Abstract

Background: A new policy was implemented in November 2021 to reduce the length of post-anesthesia-care-unit (PACU) stay from 6 hours to 4 hours to reduce the nursing care burden and decrease the length of stay, yet how it affected patients’ events after PACU discharge needed close evaluation. Thus, the QI project aimed to retrospectively examine unexpected or safety events of patients who underwent carotid artery stenting or carotid endarterectomy procedures before versus after implementing the new policy. Objective: To compare and examine the rates of unexpected or safety events that occurred before (5/1/2021 - 10/31/2021; PRE) vs. after (2/1/2022 - 7/31/2022; POST) adoption of the new policy. Methods: A determination of IRB review was granted for the retrospective QI project. The unexpected or safety events included patient issues (rapid response calls, STAT calls to service, or bounce back to a higher level of care) and issues with VS or neuro assessment variability. For group comparison, Fisher’s Exact tests were used for dichotomous information, and the Mann-Whitney U tests were performed for continuous data. Results: A total of 145 patients were identified during the study period composing 75 (51.7%) PRE and 70 (48.3%) POST patients.
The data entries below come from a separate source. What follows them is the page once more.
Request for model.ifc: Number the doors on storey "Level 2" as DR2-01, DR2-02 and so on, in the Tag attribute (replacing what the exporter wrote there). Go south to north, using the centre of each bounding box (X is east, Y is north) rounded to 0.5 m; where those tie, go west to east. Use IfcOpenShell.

First a look at what the model holds.

```python
import ifcopenshell
import ifcopenshell.util.element
import ifcopenshell.util.placement

model = ifcopenshell.open("model.ifc")
print(model.schema)
storey = next(s for s in model.by_type("IfcBuildingStorey") if s.Name == "Level 2")
doors = [e for e in ifcopenshell.util.element.get_decomposition(storey) if e.is_a("IfcDoor")]
for e in sorted(doors, key=lambda e: e.id()):
    origin = ifcopenshell.util.placement.get_local_placement(e.ObjectPlacement)[:3, 3]
    print(e.id(), e.Tag, e.Name, origin.round(2) + 0.0, sep=" | ")
```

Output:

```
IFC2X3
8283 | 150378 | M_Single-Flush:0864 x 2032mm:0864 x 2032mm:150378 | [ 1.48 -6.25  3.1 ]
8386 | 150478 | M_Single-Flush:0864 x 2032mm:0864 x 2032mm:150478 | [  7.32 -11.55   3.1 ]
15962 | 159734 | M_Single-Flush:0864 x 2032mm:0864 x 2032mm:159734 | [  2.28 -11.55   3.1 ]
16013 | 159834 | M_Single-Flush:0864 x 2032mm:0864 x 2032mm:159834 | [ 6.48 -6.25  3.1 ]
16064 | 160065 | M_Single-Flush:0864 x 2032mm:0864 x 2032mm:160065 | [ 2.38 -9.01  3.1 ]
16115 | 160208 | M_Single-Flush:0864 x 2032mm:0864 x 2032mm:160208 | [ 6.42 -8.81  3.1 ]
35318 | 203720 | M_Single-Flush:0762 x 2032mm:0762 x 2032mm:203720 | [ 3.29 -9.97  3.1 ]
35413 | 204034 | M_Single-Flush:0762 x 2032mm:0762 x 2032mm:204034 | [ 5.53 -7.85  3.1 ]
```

```python
import ifcopenshell
import ifcopenshell.geom
import ifcopenshell.util.element
import ifcopenshell.util.shape

model = ifcopenshell.open("model.ifc")
settings = ifcopenshell.geom.settings()
settings.set("use-world-coords", True)


def centre(element):
    shape = ifcopenshell.geom.create_shape(settings, element)
    return ifcopenshell.util.shape.get_bbox_centroid(shape.geometry)


storey = next(s for s in model.by_type("IfcBuildingStorey") if s.Name == "Level 2")
doors = [e for e in ifcopenshell.util.element.get_decomposition(storey) if e.is_a("IfcDoor")]

# Insertion points can sit at a corner or the storey origin, so sort by the geometry (in metres).
centres = {e: centre(e) for e in doors}
doors.sort(key=lambda e: (round(centres[e][1] / 0.5), centres[e][0]))

for i, e in enumerate(doors, start=1):
    number = f"DR2-{i:02d}"
    e.Tag = number
    print(e.id(), number)

model.write("model-out.ifc")
```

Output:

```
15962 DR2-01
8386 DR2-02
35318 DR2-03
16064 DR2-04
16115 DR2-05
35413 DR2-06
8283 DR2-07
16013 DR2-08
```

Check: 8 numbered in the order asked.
The rates of VS or neuro assessment variability were similar in both groups (PRE: 1.3% vs. POST: 1.3%, p =1.000). Though we saw a lower rate of patient issues within 24 hours on the floor in POST (4.3%), the difference was not statistically significant (PRE: 8.0%, p =0.496). Conclusion: Inefficient patient throughput can impact currently strained hospital resources. Findings of the QI project confirmed that the new policy did not incur a higher rate of instability on the nursing unit. This data lends confidence to Vascular Surgery and Stroke programs as they seek to streamline patient care and manage hospital resources.